Divorcing parents who live in Illinois will receive an Allocation of Parental Responsibilities/custody order as part of their divorce case. Things can get complicated if parents live in different states or a parent has recently moved into or out of the state. Before an Illinois judge can issue a custody order, the Illinois court must have jurisdiction over your case.

In order to avoid conflicting custody opinions from courts in different states, a law called the Uniform Child Custody Jurisdiction and Enforcement Act (UCCJEA) sets the rules on which court has jurisdiction. 

Among other things, the UCCJEA determines which state is the child’s “home state” for custody matters. Courts in the home state have jurisdiction over custody litigation involving that child and are the only ones that can hear a custody case for that child.

Illinois has jurisdiction to hear a child custody case if:

  • The child has lived in Illinois for the last six months.
  • The child lives out of state, but lived in Illinois within the past six months and one of the child’s parents still lives in the state.
  • No other state is the child’s home state and either (1) the child and at least one parent have significant connections with Illinois, and (2) substantial evidence exists in Illinois concerning the child’s care, protection, training, and personal relationships.

The UCCJEA and associated rules can be complex and hard to understand. If you’re unsure whether your child custody case should be heard in Illinois or in another state, you should consult with an experienced attorney. 

Determining a Child’s Best Interests in Illinois

Even when parents agree on custody, a judge must ultimately determine what custody arrangement would be in the child’s best interests. The emphasis in a custody determination is not on which parent is “better or worse”, but solely on the child’s safety and happiness. 

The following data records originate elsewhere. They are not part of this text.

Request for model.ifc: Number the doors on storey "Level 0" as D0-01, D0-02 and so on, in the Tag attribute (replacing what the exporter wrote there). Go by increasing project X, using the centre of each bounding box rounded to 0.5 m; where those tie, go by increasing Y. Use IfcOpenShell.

First a look at what the model holds.

```python
import ifcopenshell
import ifcopenshell.util.element
import ifcopenshell.util.placement

model = ifcopenshell.open("model.ifc")
print(model.schema)
storey = next(s for s in model.by_type("IfcBuildingStorey") if s.Name == "Level 0")
doors = [e for e in ifcopenshell.util.element.get_decomposition(storey) if e.is_a("IfcDoor")]
for e in sorted(doors, key=lambda e: e.id()):
    origin = ifcopenshell.util.placement.get_local_placement(e.ObjectPlacement)[:3, 3]
    print(e.id(), e.Tag, e.Name, origin.round(2) + 0.0, sep=" | ")
```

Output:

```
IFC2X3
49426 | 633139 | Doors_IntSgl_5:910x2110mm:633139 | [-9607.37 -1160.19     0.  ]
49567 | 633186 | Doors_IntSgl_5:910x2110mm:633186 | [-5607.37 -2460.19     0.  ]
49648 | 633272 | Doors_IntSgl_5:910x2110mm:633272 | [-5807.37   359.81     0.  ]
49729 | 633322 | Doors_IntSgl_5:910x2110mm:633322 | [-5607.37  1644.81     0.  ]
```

```python
import ifcopenshell
import ifcopenshell.geom
import ifcopenshell.util.element
import ifcopenshell.util.shape

model = ifcopenshell.open("model.ifc")
settings = ifcopenshell.geom.settings()
settings.set("use-world-coords", True)


def centre(element):
    shape = ifcopenshell.geom.create_shape(settings, element)
    return ifcopenshell.util.shape.get_bbox_centroid(shape.geometry)


storey = next(s for s in model.by_type("IfcBuildingStorey") if s.Name == "Level 0")
doors = [e for e in ifcopenshell.util.element.get_decomposition(storey) if e.is_a("IfcDoor")]

# Insertion points can sit at a corner or the storey origin, so sort by the geometry (in metres).
centres = {e: centre(e) for e in doors}
doors.sort(key=lambda e: (round(centres[e][0] / 0.5), centres[e][1]))

for i, e in enumerate(doors, start=1):
    number = f"D0-{i:02d}"
    e.Tag = number
    print(e.id(), number)

model.write("model_v2.ifc")
```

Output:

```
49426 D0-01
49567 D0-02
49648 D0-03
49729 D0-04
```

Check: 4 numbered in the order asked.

Here are some of the following factors to consider:

  • Both parent’s wishes.
  • The child’s wishes.
  • The child’s adjustment to their home, school, and community.
  • The parents’ and child’s physical and mental health.
  • Whether there has been physical violence by either parent, either directed against the child or another person.
  • Whether there has been ongoing or repeated domestic violence, either directed against the child or directed against another person.
  • The willingness and ability of each parent to facilitate and encourage a close and continuing relationship between the other parent and the child.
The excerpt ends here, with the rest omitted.